Created attachment 36475 [details] XSSFFont.java revised to speed hashCode, toString, and equals by ~1000 I recently discovered that when writing Excel workbooks, 75% of my CPU time was occupied by the method XSSFFont.equals. I worked around this by the following: 1) Add instance fields _hashCode and _text to XSSFFont, initially set to null. 2) When either hashCode() or toString() are called and _hashCode==null, then both _hashCode and _text are calculated and saved, and the value of _hashCode or _text are returned. 3) Set the value of each of these fields to null whenever a setter (or getCTFont) is called. 3) When equals is called, it uses the saved values of _hashCode and _text. The result is significant speed improvement of more than x1000. The following method calculates the time required to calculate font.equals(font), and the time required to calculate font.oldEquals(font) (where oldEquals is the original equals method). The results on my iMac are equals: timePerCall=139 ns oldEquals: timePerCall=216113 ns The test code is below; my revised XSSFFont.java source is attached. private static void testXSSFFontEquals(XSSFWorkbook workbook) { final int numTests = 1000; final XSSFFont font = workbook.getFontAt(0); long start = System.nanoTime(); for (int n = 0; n < numTests; ++n) { font.equals(font); } long end = System.nanoTime(); System.out.println(String.format("\r\nequals: timePerCall=%d ns", (end - start) / numTests)); start = System.nanoTime(); for (int n = 0; n < numTests; ++n) { font.oldEquals(font); } end = System.nanoTime(); System.out.println(String.format("oldEquals: timePerCall=%d ns", (end - start) / numTests)); }
Comment on attachment 36475 [details] XSSFFont.java revised to speed hashCode, toString, and equals by ~1000 Wouldn't it be better to have: private void updateHashCode() { _text = _ctFont.toString(); _hashCode = _text.hashCode(); }
I hang my head in shame; yes, of course that would be better. The whole point of this suggestion is to avoid repeating the same calculation over and over. I have made the change in my code.

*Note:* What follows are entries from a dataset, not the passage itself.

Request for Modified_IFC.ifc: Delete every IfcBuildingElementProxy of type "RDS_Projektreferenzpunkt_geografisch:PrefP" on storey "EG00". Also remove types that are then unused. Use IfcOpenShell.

First a look at what the model holds.

```python
import ifcopenshell
import ifcopenshell.util.element

model = ifcopenshell.open("Modified_IFC.ifc")
print(model.schema)
storey = next(s for s in model.by_type("IfcBuildingStorey") if s.Name == "EG00")
proxies = [e for e in ifcopenshell.util.element.get_decomposition(storey) if e.is_a("IfcBuildingElementProxy")]
seen = {}
for e in proxies:
    element_type = ifcopenshell.util.element.get_type(e)
    name = element_type.Name if element_type not in (None, e) else None
    seen[name] = seen.get(name, 0) + 1
for name, count in sorted(seen.items(), key=str):
    print(count, "x", name)
```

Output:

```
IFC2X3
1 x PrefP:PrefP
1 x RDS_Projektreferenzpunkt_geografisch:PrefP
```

```python
import ifcopenshell
import ifcopenshell.api.root
import ifcopenshell.util.element

model = ifcopenshell.open("Modified_IFC.ifc")

storey = next(s for s in model.by_type("IfcBuildingStorey") if s.Name == "EG00")
proxies = [e for e in ifcopenshell.util.element.get_decomposition(storey) if e.is_a("IfcBuildingElementProxy")]
targets = [e for e in proxies if (t := ifcopenshell.util.element.get_type(e)) not in (None, e) and t.Name == "RDS_Projektreferenzpunkt_geografisch:PrefP"]
types = {ifcopenshell.util.element.get_type(e) for e in targets} - {None, *targets}

for e in targets:
    ifcopenshell.api.root.remove_product(model, product=e)
print(len(targets), "removed")

unused = [t for t in types if not ifcopenshell.util.element.get_types(t)]
for t in unused:
    ifcopenshell.api.root.remove_product(model, product=t)
print(len(unused), "unused types removed")

model.write("Modified_IFC_v2.ifc")
```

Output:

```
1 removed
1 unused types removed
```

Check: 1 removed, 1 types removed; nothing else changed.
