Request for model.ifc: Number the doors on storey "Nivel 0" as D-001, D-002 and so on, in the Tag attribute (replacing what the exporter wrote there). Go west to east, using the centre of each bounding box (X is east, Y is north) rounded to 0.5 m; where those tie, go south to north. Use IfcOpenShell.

First a look at what the model holds.

```python
import ifcopenshell
import ifcopenshell.util.element
import ifcopenshell.util.placement

model = ifcopenshell.open("model.ifc")
print(model.schema)
storey = next(s for s in model.by_type("IfcBuildingStorey") if s.Name == "Nivel 0")
doors = [e for e in ifcopenshell.util.element.get_decomposition(storey) if e.is_a("IfcDoor")]
for e in sorted(doors, key=lambda e: e.id()):
    origin = ifcopenshell.util.placement.get_local_placement(e.ObjectPlacement)[:3, 3]
    print(e.id(), e.Tag, e.Name, origin.round(2) + 0.0, sep=" | ")
```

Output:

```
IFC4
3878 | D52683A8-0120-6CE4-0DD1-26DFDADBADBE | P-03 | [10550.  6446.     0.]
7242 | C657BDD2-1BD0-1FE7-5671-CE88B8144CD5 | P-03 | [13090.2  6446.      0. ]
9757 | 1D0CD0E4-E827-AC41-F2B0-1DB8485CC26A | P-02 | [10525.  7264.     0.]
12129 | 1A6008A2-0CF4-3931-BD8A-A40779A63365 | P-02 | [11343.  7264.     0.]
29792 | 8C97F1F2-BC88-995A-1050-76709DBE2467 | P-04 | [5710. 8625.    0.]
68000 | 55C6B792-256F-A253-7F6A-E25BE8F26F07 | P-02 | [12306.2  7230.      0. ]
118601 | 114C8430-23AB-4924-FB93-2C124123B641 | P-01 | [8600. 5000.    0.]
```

```python
import ifcopenshell
import ifcopenshell.geom
import ifcopenshell.util.element
import ifcopenshell.util.shape

model = ifcopenshell.open("model.ifc")
settings = ifcopenshell.geom.settings()
settings.set("use-world-coords", True)


def centre(element):
    shape = ifcopenshell.geom.create_shape(settings, element)
    return ifcopenshell.util.shape.get_bbox_centroid(shape.geometry)


storey = next(s for s in model.by_type("IfcBuildingStorey") if s.Name == "Nivel 0")
doors = [e for e in ifcopenshell.util.element.get_decomposition(storey) if e.is_a("IfcDoor")]

# Insertion points can sit at a corner or the storey origin, so sort by the geometry (in metres).
centres = {e: centre(e) for e in doors}
doors.sort(key=lambda e: (round(centres[e][0] / 0.5), centres[e][1]))

for i, e in enumerate(doors, start=1):
    number = f"D-0{i:02d}"
    e.Tag = number
    print(e.id(), number)

model.write("model-out.ifc")
```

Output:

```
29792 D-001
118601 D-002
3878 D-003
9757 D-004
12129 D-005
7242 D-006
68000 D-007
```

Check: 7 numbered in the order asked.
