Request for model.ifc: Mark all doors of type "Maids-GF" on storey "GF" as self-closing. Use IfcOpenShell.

First a look at what the model holds.

```python
import ifcopenshell
import ifcopenshell.util.element

model = ifcopenshell.open("model.ifc")
print(model.schema)
storey = next(s for s in model.by_type("IfcBuildingStorey") if s.Name == "GF")
doors = [e for e in ifcopenshell.util.element.get_decomposition(storey) if e.is_a("IfcDoor")]
seen = {}
for e in doors:
    element_type = ifcopenshell.util.element.get_type(e)
    key = (element_type.Name if element_type != e and element_type else None, ifcopenshell.util.element.get_pset(e, "Pset_DoorCommon", "SelfClosing"))
    seen[key] = seen.get(key, 0) + 1
for (name, value), count in sorted(seen.items(), key=str):
    print(count, "x", name, "|", value)
```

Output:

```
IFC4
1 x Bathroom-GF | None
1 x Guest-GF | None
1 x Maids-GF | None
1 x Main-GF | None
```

```python
import ifcopenshell
import ifcopenshell.api.pset
import ifcopenshell.util.element

model = ifcopenshell.open("model.ifc")

storey = next(s for s in model.by_type("IfcBuildingStorey") if s.Name == "GF")
doors = [e for e in ifcopenshell.util.element.get_decomposition(storey) if e.is_a("IfcDoor")]

count = 0
for e in doors:
    element_type = ifcopenshell.util.element.get_type(e)
    if element_type in (None, e) or element_type.Name != "Maids-GF":
        continue
    # add_pset returns the element's existing set when there is one.
    pset = ifcopenshell.api.pset.add_pset(model, product=e, name="Pset_DoorCommon")
    ifcopenshell.api.pset.edit_pset(model, pset=pset, properties={"SelfClosing": True})
    count += 1

print(count, "doors updated")

model.write("model-out.ifc")
```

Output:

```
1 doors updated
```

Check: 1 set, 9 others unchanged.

Thanks David. I'm still a little bit worried that the old code and the new code are a little flawed in that the hashCode logic is meant to match the equals logic, ie if you change state that means the equals state will change should mean that the hashCode changes.
PJ, Thank you for taking the time to look at this. The only time that the behavior of equals() changes is when the value of _text changes. The only time that _text changes is when updateHashCode() is called, and the only time that happens is when hashCode() or toString() are called after there is a change of state. Thus, the only time that the behavior of equals() changes is when _hashCode has been recalculated, and the only time that _hashCode is recalculated is after a change of state. Does that address your concern?
I found a bug in my proposed code for XSSFFont.equals. If hashCode() had not been called before calling equals(), a NullPointException would have been thrown. The code below replaces the reference to _hashCode with a call to hashCode() @Override public boolean equals(Object o) { if (this == o) { return true; } if (!(o instanceof XSSFFont)) { return false; } //if (_hashCode != o.hashCode()) { if (hashCode() != o.hashCode()) { return false; } XSSFFont cf = (XSSFFont) o; return toString().equals(cf.toString()); }
Unfortunately your changed file contains many unrelated code-style changes, are you able to produce a patch with only the changes that are necessary?
Created attachment 36483 [details] XSSFFont.java with code-style changes reverted This is the same as the original patch, but with the code style changes reverted and one bug fixed. • Every tab character in the file has been replaced with 4 spaces • The references to _hashCode in equals() has been replaced by calls to hashCode()
Sorry, but this is still not better, there are still many changes, it seems long-lines are cut, e.g. * By default, Microsoft Office Excel 2007 uses the Calibri font in font size 11 becomes * By default, Microsoft Office Excel 2007 uses the Calibri font in font * size 11 in your file. Also things like * @param font CTFont become * @param font * CTFont These make reviewing the patch hard. Maybe you can adjust your IDE settings to not reformat the code and then send the changes as a minimal patch, see http://poi.apache.org/devel/guidelines.html#SubmittingPatches for how you can create those.
Created attachment 36487 [details] Patch directly from version 4.0.1 This version of the patch was generated as follows: 1) Download poi source into Eclipse using git. 2) Create a branch at tag REL_4_0_1 3) Make changes in XSSFFont.java 4) Commit changes I have compared the code to tag REL_4_0_1, and verified that the only changes are those associated with the bug fix.
The attachment is not a patch file - it is a very out of date java file. I also wonder why we need to optimise the equals and hashCode. I ran some of the XSSFWorkbook unit tests and found no evidence of repeated calls to XSSFFont.equals. I think it would be better to track down the use case where the excessive calls to equals are made and to try to avoid repeated equals calls if possible. In theory, if we have a use case for calling equals a lot on our XSSF classes, then we have a potential issue on many other XSSF classes.